> MATERIAL SUPPLIED
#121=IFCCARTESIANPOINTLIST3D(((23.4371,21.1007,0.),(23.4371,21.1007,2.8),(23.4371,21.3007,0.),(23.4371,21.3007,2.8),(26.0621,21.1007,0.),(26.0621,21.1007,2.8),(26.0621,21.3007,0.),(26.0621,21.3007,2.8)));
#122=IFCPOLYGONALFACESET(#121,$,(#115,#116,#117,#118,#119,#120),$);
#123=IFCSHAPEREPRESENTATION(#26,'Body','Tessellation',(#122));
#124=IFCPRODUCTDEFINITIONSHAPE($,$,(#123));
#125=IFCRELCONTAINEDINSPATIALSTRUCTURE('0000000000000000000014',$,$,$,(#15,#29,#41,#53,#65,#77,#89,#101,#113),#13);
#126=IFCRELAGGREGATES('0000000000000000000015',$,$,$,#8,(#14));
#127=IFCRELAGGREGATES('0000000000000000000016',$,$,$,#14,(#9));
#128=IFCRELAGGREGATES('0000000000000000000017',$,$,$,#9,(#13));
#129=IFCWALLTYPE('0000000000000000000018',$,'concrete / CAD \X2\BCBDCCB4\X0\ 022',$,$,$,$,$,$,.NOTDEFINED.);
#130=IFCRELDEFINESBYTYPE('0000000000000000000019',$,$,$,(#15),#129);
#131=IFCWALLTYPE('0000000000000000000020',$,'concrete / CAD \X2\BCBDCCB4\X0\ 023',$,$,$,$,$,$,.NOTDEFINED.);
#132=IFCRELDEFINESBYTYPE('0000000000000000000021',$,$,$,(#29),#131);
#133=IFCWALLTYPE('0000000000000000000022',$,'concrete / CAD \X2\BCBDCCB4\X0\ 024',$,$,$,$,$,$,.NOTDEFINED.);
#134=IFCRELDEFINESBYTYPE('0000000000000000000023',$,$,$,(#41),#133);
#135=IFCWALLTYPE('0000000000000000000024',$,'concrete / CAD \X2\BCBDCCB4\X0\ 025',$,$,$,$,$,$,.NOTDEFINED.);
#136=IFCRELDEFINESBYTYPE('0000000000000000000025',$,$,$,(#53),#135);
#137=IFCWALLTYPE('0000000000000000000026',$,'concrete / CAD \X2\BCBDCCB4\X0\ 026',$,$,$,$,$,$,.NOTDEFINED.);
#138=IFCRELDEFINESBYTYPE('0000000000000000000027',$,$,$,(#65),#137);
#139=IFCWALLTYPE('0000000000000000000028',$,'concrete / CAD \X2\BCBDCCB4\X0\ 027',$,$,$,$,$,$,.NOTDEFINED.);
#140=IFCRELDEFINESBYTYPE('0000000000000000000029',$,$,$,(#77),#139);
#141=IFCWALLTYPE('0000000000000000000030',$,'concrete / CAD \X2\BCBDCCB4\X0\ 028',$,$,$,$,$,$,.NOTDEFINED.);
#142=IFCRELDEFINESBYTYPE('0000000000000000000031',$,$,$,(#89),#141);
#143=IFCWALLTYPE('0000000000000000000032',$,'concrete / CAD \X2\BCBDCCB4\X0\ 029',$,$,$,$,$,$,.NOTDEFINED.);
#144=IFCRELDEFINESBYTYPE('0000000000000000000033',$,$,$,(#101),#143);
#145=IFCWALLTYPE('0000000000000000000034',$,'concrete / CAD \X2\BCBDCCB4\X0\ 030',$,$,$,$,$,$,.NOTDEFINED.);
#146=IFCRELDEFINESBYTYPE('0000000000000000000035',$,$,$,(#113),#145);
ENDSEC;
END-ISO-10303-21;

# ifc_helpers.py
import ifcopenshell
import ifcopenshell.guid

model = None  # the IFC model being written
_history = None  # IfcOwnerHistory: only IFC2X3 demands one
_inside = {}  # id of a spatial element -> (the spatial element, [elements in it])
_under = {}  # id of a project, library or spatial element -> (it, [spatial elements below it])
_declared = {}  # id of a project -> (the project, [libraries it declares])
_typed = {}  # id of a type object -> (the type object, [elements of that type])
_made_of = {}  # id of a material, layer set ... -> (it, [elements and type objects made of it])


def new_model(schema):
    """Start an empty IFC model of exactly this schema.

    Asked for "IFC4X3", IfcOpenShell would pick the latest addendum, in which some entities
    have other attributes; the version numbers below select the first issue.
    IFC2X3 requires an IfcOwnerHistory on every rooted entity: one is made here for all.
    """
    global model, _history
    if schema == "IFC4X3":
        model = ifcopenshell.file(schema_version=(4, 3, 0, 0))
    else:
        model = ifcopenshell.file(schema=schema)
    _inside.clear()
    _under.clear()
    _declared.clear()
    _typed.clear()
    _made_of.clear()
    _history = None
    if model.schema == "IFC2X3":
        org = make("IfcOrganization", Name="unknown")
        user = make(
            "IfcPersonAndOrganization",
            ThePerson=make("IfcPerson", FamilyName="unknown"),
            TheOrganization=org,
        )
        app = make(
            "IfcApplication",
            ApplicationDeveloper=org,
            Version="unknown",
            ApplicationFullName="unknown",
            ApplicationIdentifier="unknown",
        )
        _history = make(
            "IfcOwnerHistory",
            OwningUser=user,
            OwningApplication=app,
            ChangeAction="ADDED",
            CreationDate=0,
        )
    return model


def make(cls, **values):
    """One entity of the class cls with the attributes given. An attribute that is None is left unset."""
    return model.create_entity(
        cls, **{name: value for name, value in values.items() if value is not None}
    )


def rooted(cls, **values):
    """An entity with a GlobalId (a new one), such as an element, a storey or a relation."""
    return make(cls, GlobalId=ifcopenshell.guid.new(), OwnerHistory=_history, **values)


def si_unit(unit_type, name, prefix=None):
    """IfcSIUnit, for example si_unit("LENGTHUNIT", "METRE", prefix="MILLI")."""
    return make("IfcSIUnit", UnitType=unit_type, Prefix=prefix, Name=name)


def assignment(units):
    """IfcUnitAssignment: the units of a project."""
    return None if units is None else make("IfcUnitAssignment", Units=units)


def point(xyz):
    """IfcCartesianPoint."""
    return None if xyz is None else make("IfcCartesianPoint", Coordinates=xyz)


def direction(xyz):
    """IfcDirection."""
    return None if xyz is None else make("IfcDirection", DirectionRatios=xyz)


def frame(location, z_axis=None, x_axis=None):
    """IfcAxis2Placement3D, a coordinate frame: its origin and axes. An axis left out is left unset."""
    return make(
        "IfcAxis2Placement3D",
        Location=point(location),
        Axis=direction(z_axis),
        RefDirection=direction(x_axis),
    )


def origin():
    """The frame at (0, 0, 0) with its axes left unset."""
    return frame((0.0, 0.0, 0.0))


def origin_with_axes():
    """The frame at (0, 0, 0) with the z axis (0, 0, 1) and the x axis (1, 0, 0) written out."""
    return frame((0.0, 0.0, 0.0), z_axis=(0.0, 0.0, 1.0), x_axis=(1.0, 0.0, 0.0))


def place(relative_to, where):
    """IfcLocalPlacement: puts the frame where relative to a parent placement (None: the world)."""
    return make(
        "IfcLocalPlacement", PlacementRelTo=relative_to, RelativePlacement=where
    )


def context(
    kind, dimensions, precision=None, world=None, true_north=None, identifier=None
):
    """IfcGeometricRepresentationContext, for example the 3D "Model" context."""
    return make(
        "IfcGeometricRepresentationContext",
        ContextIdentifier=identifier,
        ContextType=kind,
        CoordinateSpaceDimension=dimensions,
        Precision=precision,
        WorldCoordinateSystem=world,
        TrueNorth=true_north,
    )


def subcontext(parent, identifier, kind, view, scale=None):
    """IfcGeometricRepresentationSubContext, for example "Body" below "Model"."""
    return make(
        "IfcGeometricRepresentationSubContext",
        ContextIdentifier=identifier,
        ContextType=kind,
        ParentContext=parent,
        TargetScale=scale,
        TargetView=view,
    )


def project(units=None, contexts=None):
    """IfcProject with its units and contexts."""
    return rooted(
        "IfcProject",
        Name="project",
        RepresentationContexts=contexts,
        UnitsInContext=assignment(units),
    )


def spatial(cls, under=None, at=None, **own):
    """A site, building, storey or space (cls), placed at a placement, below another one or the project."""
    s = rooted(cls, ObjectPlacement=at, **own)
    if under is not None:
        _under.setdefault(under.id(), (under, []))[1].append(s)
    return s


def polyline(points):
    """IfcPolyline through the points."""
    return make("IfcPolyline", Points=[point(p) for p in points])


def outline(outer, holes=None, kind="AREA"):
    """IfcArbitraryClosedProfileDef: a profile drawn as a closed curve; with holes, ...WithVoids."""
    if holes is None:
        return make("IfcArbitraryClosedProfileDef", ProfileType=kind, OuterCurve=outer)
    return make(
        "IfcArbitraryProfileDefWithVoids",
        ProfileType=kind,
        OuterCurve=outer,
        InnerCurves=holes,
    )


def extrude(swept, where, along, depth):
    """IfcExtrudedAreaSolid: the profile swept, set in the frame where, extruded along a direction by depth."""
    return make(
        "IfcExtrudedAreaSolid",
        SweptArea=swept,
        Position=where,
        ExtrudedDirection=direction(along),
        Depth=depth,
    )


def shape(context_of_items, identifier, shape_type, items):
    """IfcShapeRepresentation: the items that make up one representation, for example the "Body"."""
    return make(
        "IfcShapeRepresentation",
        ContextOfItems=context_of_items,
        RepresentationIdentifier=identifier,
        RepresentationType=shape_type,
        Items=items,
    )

...

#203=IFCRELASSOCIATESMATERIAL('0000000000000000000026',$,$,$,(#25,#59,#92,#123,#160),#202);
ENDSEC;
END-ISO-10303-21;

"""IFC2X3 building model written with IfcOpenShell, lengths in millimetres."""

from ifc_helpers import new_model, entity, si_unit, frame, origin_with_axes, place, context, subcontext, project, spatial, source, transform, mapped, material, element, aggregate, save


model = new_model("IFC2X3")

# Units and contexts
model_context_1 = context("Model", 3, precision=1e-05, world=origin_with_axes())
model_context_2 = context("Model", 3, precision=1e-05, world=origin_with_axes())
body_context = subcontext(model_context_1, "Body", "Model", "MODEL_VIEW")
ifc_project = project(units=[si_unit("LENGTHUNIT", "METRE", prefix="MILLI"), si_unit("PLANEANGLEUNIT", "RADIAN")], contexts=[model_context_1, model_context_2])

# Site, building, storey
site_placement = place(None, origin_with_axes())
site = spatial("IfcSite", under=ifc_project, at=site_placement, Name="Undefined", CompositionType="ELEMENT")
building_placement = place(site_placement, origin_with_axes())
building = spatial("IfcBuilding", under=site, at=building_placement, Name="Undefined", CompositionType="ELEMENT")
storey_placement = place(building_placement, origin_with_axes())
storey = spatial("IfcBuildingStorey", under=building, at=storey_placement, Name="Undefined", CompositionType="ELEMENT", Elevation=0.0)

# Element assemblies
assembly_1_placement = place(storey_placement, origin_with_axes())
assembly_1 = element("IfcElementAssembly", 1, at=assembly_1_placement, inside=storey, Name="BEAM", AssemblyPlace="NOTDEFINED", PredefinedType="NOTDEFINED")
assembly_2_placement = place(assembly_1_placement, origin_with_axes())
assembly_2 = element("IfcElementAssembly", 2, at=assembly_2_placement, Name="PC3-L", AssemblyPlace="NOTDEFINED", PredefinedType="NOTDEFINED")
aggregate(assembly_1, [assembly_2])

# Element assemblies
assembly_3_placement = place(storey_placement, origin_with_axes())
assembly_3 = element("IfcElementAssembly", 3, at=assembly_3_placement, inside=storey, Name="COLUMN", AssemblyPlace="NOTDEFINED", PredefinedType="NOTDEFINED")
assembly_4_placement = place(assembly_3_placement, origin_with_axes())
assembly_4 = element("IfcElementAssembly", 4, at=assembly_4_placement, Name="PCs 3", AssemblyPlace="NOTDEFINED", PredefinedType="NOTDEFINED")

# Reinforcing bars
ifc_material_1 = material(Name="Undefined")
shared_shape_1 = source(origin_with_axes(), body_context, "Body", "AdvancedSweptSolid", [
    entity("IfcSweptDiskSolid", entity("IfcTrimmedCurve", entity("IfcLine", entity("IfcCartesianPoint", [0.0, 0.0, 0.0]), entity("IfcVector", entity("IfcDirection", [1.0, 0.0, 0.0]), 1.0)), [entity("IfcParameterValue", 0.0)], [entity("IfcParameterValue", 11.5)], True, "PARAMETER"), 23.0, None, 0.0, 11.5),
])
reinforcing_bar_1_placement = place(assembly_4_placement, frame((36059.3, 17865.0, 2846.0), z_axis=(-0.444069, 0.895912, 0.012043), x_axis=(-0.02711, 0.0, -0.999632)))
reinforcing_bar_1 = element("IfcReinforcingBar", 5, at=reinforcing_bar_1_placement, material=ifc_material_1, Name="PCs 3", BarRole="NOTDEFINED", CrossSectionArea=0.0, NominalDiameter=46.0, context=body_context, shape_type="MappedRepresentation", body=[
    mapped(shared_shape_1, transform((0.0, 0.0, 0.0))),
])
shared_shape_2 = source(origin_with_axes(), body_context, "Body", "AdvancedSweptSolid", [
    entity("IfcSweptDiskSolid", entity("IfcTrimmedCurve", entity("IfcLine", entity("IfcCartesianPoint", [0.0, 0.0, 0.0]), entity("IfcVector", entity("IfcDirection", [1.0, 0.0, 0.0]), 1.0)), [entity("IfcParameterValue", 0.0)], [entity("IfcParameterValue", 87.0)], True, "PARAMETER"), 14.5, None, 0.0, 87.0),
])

> WORK INSTRUCTION
The lines in the entries above that carry the word "IFCRELAGGREGATES" must be copied.

> EXERCISE SOLUTION
#126=IFCRELAGGREGATES('0000000000000000000015',$,$,$,#8,(#14));
#127=IFCRELAGGREGATES('0000000000000000000016',$,$,$,#14,(#9));
#128=IFCRELAGGREGATES('0000000000000000000017',$,$,$,#9,(#13));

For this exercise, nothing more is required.